The rank-$k$ approximation:
$$ \mathbf{A}_k = \sum_{i=1}^{k} \sigma_i \mathbf{u}_i \mathbf{v}_i^T = \mathbf{U}_k \boldsymbol{\Sigma}_k \mathbf{V}_k^T $$
Storage analysis. The original image stores $m \times n$ values. The rank-$k$ representation stores:
- $\mathbf{U}_k$: $m \times k$ values
- $\boldsymbol{\Sigma}_k$: $k$ values
- $\mathbf{V}_k^T$: $k \times n$ values
Total: $k(m + n + 1)$ values. The compression ratio is:
$$ \text{Compression ratio} = \frac{m \times n}{k(m + n + 1)} $$
For a $512 \times 512$ image with $k = 50$, this gives a compression ratio of approximately $\frac{262144}{50 \times 1025} \approx 5.1\times$.
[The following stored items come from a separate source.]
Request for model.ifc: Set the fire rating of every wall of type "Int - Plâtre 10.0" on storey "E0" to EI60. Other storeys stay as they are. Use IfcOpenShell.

First a look at what the model holds.

```python
import ifcopenshell
import ifcopenshell.util.element

model = ifcopenshell.open("model.ifc")
print(model.schema)
storey = next(s for s in model.by_type("IfcBuildingStorey") if s.Name == "E0")
walls = [e for e in ifcopenshell.util.element.get_decomposition(storey) if e.is_a("IfcWall")]
seen = {}
for e in walls:
    element_type = ifcopenshell.util.element.get_type(e)
    key = (element_type.Name if element_type != e and element_type else None, ifcopenshell.util.element.get_pset(e, "Pset_WallCommon", "FireRating"))
    seen[key] = seen.get(key, 0) + 1
for (name, value), count in sorted(seen.items(), key=str):
    print(count, "x", name, "|", value)
```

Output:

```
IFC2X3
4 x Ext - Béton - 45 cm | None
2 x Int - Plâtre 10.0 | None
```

```python
import ifcopenshell
import ifcopenshell.api.pset
import ifcopenshell.util.element

model = ifcopenshell.open("model.ifc")

storey = next(s for s in model.by_type("IfcBuildingStorey") if s.Name == "E0")
walls = [e for e in ifcopenshell.util.element.get_decomposition(storey) if e.is_a("IfcWall")]

count = 0
for e in walls:
    element_type = ifcopenshell.util.element.get_type(e)
    if element_type in (None, e) or element_type.Name != "Int - Plâtre 10.0":
        continue
    # add_pset returns the element's existing set when there is one.
    pset = ifcopenshell.api.pset.add_pset(model, product=e, name="Pset_WallCommon")
    ifcopenshell.api.pset.edit_pset(model, pset=pset, properties={"FireRating": "EI60"})
    count += 1

print(count, "walls updated")

model.write("model_edited.ifc")
```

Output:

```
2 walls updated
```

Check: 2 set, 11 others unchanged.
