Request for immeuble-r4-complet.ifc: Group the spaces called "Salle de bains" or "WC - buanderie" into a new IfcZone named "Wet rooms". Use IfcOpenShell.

First a look at what the model holds.

```python
import ifcopenshell

model = ifcopenshell.open("immeuble-r4-complet.ifc")
print(model.schema)
seen = {}
for space in model.by_type("IfcSpace"):
    seen[space.Name] = seen.get(space.Name, 0) + 1
for name, count in sorted(seen.items(), key=str):
    print(count, "x", name)
print("zones:", [z.Name for z in model.by_type("IfcZone")][:20])
```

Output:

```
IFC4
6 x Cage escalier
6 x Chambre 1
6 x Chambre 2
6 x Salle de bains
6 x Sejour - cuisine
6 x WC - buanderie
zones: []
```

```python
import ifcopenshell
import ifcopenshell.api.group
import ifcopenshell.api.root

model = ifcopenshell.open("immeuble-r4-complet.ifc")

names = {"Salle de bains", "WC - buanderie"}
spaces = [s for s in model.by_type("IfcSpace") if s.Name in names]

zone = ifcopenshell.api.root.create_entity(model, ifc_class="IfcZone", name="Wet rooms")
ifcopenshell.api.group.assign_group(model, products=spaces, group=zone)
print(len(spaces), "spaces in", zone.Name)

model.write("immeuble-r4-complet-out.ifc")
```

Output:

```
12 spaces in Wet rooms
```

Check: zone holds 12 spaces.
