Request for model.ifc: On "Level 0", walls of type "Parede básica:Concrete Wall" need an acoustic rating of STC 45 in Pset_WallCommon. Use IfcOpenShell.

First a look at what the model holds.

```python
import ifcopenshell
import ifcopenshell.util.element

model = ifcopenshell.open("model.ifc")
print(model.schema)
storey = next(s for s in model.by_type("IfcBuildingStorey") if s.Name == "Level 0")
walls = [e for e in ifcopenshell.util.element.get_decomposition(storey) if e.is_a("IfcWall")]
seen = {}
for e in walls:
    element_type = ifcopenshell.util.element.get_type(e)
    key = (element_type.Name if element_type != e and element_type else None, ifcopenshell.util.element.get_pset(e, "Pset_WallCommon", "AcousticRating"))
    seen[key] = seen.get(key, 0) + 1
for (name, value), count in sorted(seen.items(), key=str):
    print(count, "x", name, "|", value)
```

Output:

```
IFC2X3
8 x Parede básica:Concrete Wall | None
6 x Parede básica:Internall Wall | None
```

```python
import ifcopenshell
import ifcopenshell.api.pset
import ifcopenshell.util.element

model = ifcopenshell.open("model.ifc")

storey = next(s for s in model.by_type("IfcBuildingStorey") if s.Name == "Level 0")
walls = [e for e in ifcopenshell.util.element.get_decomposition(storey) if e.is_a("IfcWall")]

count = 0
for e in walls:
    element_type = ifcopenshell.util.element.get_type(e)
    if element_type in (None, e) or element_type.Name != "Parede básica:Concrete Wall":
        continue
    # add_pset returns the element's existing set when there is one.
    pset = ifcopenshell.api.pset.add_pset(model, product=e, name="Pset_WallCommon")
    ifcopenshell.api.pset.edit_pset(model, pset=pset, properties={"AcousticRating": "STC 45"})
    count += 1

print(count, "walls updated")

model.write("model_rev.ifc")
```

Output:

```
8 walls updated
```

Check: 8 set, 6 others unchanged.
Step-by-Step Implementation
Step 1: Create a Test Image
We will generate a synthetic grayscale image with clear structure that SVD can exploit. We will also show how to work with real images if available.
import numpy as np
import matplotlib.pyplot as plt
def create_test_image(size: int = 256) -> np.ndarray:
"""Create a synthetic test image with various features.
Args:
size: Width and height of the square image.
Returns:
A 2D NumPy array of shape (size, size) with values in [0, 255].
"""
img = np.zeros((size, size))
# Gradient background
x = np.linspace(0, 1, size)
y = np.linspace(0, 1, size)
X, Y = np.meshgrid(x, y)
img += 50 * X + 30 * Y
# Circular feature
center = size // 2
radius = size // 4
mask = (X * size - center) ** 2 + (Y * size - center) ** 2 < radius ** 2
img[mask] += 100
# Horizontal and vertical bars
bar_width = size // 32
for i in range(0, size, size // 8):
img[i:i + bar_width, :] += 40
img[:, i:i + bar_width] += 40
# Clip to valid range
img = np.clip(img, 0, 255)
return img
image = create_test_image(256)
print(f"Image shape: {image.shape}")
print(f"Image dtype: {image.dtype}")
print(f"Pixel range: [{image.min():.1f}, {image.max():.1f}]")
Step 2: Compute the SVD
def compute_svd(image: np.ndarray) -> tuple[np.ndarray, np.ndarray, np.ndarray]:
"""Compute the full SVD of an image matrix.
Args:
image: 2D array representing a grayscale image.
Returns:
Tuple of (U, sigma, Vt) from the SVD.
"""
U, sigma, Vt = np.linalg.svd(image, full_matrices=False)
return U, sigma, Vt
U, sigma, Vt = compute_svd(image)
print(f"U shape: {U.shape}")
print(f"Number of singular values: {len(sigma)}")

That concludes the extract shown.